Google has not explained what it means by "Non-English web documents.

That is why the rest of the 75% data is known as Murky.

C4 Dataset:

Google developed the C4 dataset in 2020.

All the data used in C4 is open-source common crawl data.

What is the Common Crawl?

CommonCrawl is a free-to-use website that creates free datasets for internet users. It is a non-profit organization.

The Common Crawl founders are from Blekko, Wikimedia, and Googler.

How has Google developed the C4 dataset from the Common Crawl?

The company has cleaned Common Crawl data such as deduplication, thin content, lorem ipsum, obscene words, navigational menus, etc.

C4 has collected only primary data and removed meaningless content.

But it doesn't mean that you cannot find unfiltered C4 datasets.

Here is the C4 dataset research paper:
https://arxiv.org/pdf/1910.10683.pdf
https://arxiv.org/pdf/2104.08758.pdf

The second document shows that 32% of Hispanic and 42% of African-American pages were removed during filtration.

51.3% of data is from sites hosted in the United States.

The C4 dataset uses using following sites such as:

  • www.npr.org
  • www.ncbi.nlm.nih.gov
  • caselaw.findlaw.com
  • www.kickstarter.com
  • www.theatlantic.com
  • link.springer.com
  • www.booking.com
  • www.chicagotribune.com
  • www.aljazeera.com
  • www.businessinsider.com
  • www.frontiersin.org
  • ipfs.io
  • www.fool.com
  • www.washingtonpost.com
  • patents.com
  • www.scribd.com
  • journals.plos.org
  • www.forbes.com
  • www.huffpost.com
  • patents.google.com
  • www.nytimes.com
  • www.latimes.com
  • www.theguardian.com
  • en.m.wikipedia.org
  • en.wikipedia.org

Top-level domain extensions used in the C4 dataset are:

  • Com
  • Org
  • Co.uk
  • Net
  • Com.au
  • Edu
  • Ca
  • Info
  • Org.uk
  • In
  • Gov
  • Eu
  • De
  • Tk
  • Co
  • Co.za
  • Us
  • Ie
  • Co.nz
  • Ac.uk
  • Ru
  • Nl
  • Io
  • Me
  • It

Here is what was published in the 2020 research paper. https://arxiv.org/pdf/2104.08758.pdf

What is Dialogs Data from Public Forums?

Google's LaMDA uses 50% of data from "Dialogs Data from Public Forums."

It is best to say that communities like StackOverflow and Reddit are used in many datasets.

Google has also talked about MassiveWeb.
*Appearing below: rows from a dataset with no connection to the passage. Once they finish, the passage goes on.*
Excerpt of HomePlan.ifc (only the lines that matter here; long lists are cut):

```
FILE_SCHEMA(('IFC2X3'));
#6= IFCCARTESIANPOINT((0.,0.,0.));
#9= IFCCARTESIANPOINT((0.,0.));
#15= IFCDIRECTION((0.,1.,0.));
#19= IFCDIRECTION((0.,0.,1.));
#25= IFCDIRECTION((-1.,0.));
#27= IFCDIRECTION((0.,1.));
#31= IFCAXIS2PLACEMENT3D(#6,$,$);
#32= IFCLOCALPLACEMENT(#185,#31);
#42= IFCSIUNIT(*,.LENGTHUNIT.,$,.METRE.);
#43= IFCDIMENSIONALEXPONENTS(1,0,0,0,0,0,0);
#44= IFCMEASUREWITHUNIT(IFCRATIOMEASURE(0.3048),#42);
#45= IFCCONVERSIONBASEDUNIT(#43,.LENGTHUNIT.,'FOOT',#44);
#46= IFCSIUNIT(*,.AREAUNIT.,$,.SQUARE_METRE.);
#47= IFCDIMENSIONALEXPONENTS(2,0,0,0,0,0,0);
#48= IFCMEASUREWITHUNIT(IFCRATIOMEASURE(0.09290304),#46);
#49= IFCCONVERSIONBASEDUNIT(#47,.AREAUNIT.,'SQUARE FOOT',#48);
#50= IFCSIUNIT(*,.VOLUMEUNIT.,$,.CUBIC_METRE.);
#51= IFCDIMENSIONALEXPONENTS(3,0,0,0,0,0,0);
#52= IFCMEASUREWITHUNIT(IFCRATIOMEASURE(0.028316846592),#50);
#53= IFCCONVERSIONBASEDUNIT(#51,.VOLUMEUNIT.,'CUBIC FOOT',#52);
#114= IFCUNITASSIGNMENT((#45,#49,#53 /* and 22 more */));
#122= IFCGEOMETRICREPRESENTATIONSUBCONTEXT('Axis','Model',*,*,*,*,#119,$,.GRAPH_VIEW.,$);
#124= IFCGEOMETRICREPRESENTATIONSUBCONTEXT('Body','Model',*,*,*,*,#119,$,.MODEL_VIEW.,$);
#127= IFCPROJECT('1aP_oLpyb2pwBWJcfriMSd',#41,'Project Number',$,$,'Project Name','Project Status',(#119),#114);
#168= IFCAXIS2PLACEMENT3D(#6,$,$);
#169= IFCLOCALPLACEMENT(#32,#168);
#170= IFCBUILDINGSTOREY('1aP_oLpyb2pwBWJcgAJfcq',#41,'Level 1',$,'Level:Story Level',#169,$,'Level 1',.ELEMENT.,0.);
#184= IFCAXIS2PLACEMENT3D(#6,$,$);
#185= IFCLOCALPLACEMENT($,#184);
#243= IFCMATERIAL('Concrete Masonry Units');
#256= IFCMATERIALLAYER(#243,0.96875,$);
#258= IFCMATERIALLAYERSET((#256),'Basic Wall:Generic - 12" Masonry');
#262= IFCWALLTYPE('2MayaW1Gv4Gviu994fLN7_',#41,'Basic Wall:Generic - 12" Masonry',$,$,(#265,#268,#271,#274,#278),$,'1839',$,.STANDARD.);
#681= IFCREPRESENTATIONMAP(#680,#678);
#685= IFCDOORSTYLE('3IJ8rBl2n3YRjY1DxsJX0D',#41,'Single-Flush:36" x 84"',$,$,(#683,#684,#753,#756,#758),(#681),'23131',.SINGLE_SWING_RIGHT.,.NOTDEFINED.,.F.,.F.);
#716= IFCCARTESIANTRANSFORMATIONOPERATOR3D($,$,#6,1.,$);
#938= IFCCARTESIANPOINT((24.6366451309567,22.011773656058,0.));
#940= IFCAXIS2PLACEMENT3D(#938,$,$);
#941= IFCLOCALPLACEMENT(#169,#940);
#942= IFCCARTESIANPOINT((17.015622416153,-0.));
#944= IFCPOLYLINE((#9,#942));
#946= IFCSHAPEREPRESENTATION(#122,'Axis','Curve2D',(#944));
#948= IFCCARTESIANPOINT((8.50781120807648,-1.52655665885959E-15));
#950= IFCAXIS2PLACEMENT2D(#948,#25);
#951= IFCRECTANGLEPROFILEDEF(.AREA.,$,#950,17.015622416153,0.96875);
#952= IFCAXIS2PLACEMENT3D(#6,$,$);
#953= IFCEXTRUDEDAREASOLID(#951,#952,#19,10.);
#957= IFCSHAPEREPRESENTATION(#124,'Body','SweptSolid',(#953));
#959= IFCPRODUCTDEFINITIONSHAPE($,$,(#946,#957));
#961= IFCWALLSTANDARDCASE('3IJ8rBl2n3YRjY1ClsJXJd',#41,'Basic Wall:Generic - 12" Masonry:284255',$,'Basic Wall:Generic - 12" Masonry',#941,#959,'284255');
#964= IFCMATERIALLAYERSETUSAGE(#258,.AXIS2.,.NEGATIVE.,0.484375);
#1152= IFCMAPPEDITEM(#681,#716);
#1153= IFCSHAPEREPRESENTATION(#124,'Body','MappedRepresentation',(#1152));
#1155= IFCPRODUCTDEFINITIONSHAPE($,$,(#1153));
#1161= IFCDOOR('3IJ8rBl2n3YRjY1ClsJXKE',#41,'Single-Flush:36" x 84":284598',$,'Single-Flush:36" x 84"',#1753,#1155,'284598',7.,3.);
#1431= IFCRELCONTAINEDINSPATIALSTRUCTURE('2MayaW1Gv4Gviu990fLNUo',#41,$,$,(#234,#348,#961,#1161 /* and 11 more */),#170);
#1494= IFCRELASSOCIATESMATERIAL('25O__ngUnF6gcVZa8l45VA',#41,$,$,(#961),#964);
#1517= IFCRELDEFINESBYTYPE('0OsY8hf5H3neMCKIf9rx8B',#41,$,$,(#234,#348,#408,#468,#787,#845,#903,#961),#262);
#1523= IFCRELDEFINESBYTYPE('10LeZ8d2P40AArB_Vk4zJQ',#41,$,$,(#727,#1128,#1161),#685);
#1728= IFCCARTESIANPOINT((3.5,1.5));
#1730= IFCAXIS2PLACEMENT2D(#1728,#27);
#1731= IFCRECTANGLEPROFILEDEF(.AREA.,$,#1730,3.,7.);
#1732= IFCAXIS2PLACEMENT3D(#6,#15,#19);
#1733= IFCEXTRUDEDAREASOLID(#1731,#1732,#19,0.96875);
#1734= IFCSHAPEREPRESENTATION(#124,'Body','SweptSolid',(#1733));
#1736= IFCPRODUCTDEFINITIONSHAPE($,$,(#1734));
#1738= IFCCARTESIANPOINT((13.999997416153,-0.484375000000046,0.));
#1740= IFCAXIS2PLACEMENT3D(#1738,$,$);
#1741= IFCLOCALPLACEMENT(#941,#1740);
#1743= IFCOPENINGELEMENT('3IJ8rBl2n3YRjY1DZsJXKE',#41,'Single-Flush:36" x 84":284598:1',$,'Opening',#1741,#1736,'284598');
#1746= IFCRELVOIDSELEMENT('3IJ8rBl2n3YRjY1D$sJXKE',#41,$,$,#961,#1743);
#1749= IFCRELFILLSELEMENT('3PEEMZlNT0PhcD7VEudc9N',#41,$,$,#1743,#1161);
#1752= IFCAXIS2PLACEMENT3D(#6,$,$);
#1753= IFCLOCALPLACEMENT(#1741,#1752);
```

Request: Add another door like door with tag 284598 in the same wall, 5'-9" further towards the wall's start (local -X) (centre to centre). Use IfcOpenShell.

```python
import ifcopenshell
import ifcopenshell.api.feature
import ifcopenshell.api.geometry
import ifcopenshell.api.root
import ifcopenshell.geom
import ifcopenshell.util.element
import ifcopenshell.util.placement
import ifcopenshell.util.shape
import ifcopenshell.util.unit

model = ifcopenshell.open("HomePlan.ifc")
unit_scale = ifcopenshell.util.unit.calculate_unit_scale(model)
settings = ifcopenshell.geom.settings()


def volume(element):
    """Net volume in cubic metres, openings subtracted."""
    shape = ifcopenshell.geom.create_shape(settings, element)
    return ifcopenshell.util.shape.get_volume(shape.geometry)


def reuse_history(source, copy):
    """copy_class also copies each property set's owner history, people and application; keep the originals."""
    for rel in copy.IsDefinedBy:
        if rel.is_a("IfcRelDefinesByProperties") and (history := rel.RelatingPropertyDefinition.OwnerHistory):
            rel.RelatingPropertyDefinition.OwnerHistory = source.OwnerHistory
            ifcopenshell.util.element.remove_deep2(model, history)


door = model.by_id(1161)
opening = door.FillsVoids[0].RelatingOpeningElement
wall = opening.VoidsElements[0].RelatingBuildingElement
before = volume(wall)
shift = ifcopenshell.util.placement.get_local_placement(wall.ObjectPlacement)[:3, 0] * -69 * 0.0254 / unit_scale

# copy_class copies the void relationship, type, container and properties, but no geometry.
new_opening = ifcopenshell.api.root.copy_class(model, product=opening)
new_opening.Representation = ifcopenshell.util.element.copy_deep(
    model, opening.Representation, exclude=["IfcGeometricRepresentationContext", "IfcRepresentationMap"]
)
new_opening.Name = 'Single-Flush:36" x 84"'
new_opening.Tag = None
new_door = ifcopenshell.api.root.copy_class(model, product=door)
new_door.Representation = ifcopenshell.util.element.copy_deep(
    model, door.Representation, exclude=["IfcGeometricRepresentationContext", "IfcRepresentationMap"]
)
new_door.Name = 'Single-Flush:36" x 84"'
new_door.Tag = None
reuse_history(door, new_door)
fills = ifcopenshell.api.feature.add_filling(model, opening=new_opening, element=new_door)
fills.OwnerHistory = new_door.OwnerHistory  # required in IFC2X3

for old, new in ((opening, new_opening), (door, new_door)):
    matrix = ifcopenshell.util.placement.get_local_placement(old.ObjectPlacement)
    matrix[:3, 3] += shift
    ifcopenshell.api.geometry.edit_object_placement(model, product=new, matrix=matrix, is_si=False)

after = volume(wall)

print(f"wall volume {before:.3f} -> {after:.3f} m3")

model.write("HomePlan_updated.ifc")
```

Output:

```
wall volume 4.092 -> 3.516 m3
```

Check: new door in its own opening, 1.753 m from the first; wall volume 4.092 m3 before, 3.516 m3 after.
You should know that MassiveWeb is Google's product.

MassiveWeb uses data from:

  • StackOverflow
  • Reddit
  • Medium
  • Facebook
  • YouTube
  • Quora

But no one can surely tell if this data is used for LaMDA.

Remaining Data:

The remaining data is from:

  • 6.25% from Non-English web documents.
  • 6.25% from English web documents.
  • 12.5% data is from Wikipedia.
  • 12.5% is from code documents sites.

What did Google Bard do?

Google has launched Bard as an answer to compete with Microsoft's ChatGPT chatbot.

But most recently, Bard has delivered errors during its search demo. This issue has caused a $100 billion loss in Alphabet shares.

Conclusion:

Google Bard is Google's effort to compete with ChatGPT and AI chatbot technologies. The current demo of Bard has caused a massive fall in Google's parent company Alphabet's shares.

It also shows that a lot of work still needs to be done to fix errors and make Bard ready for the future.

There will be more news coming out soon about Bard.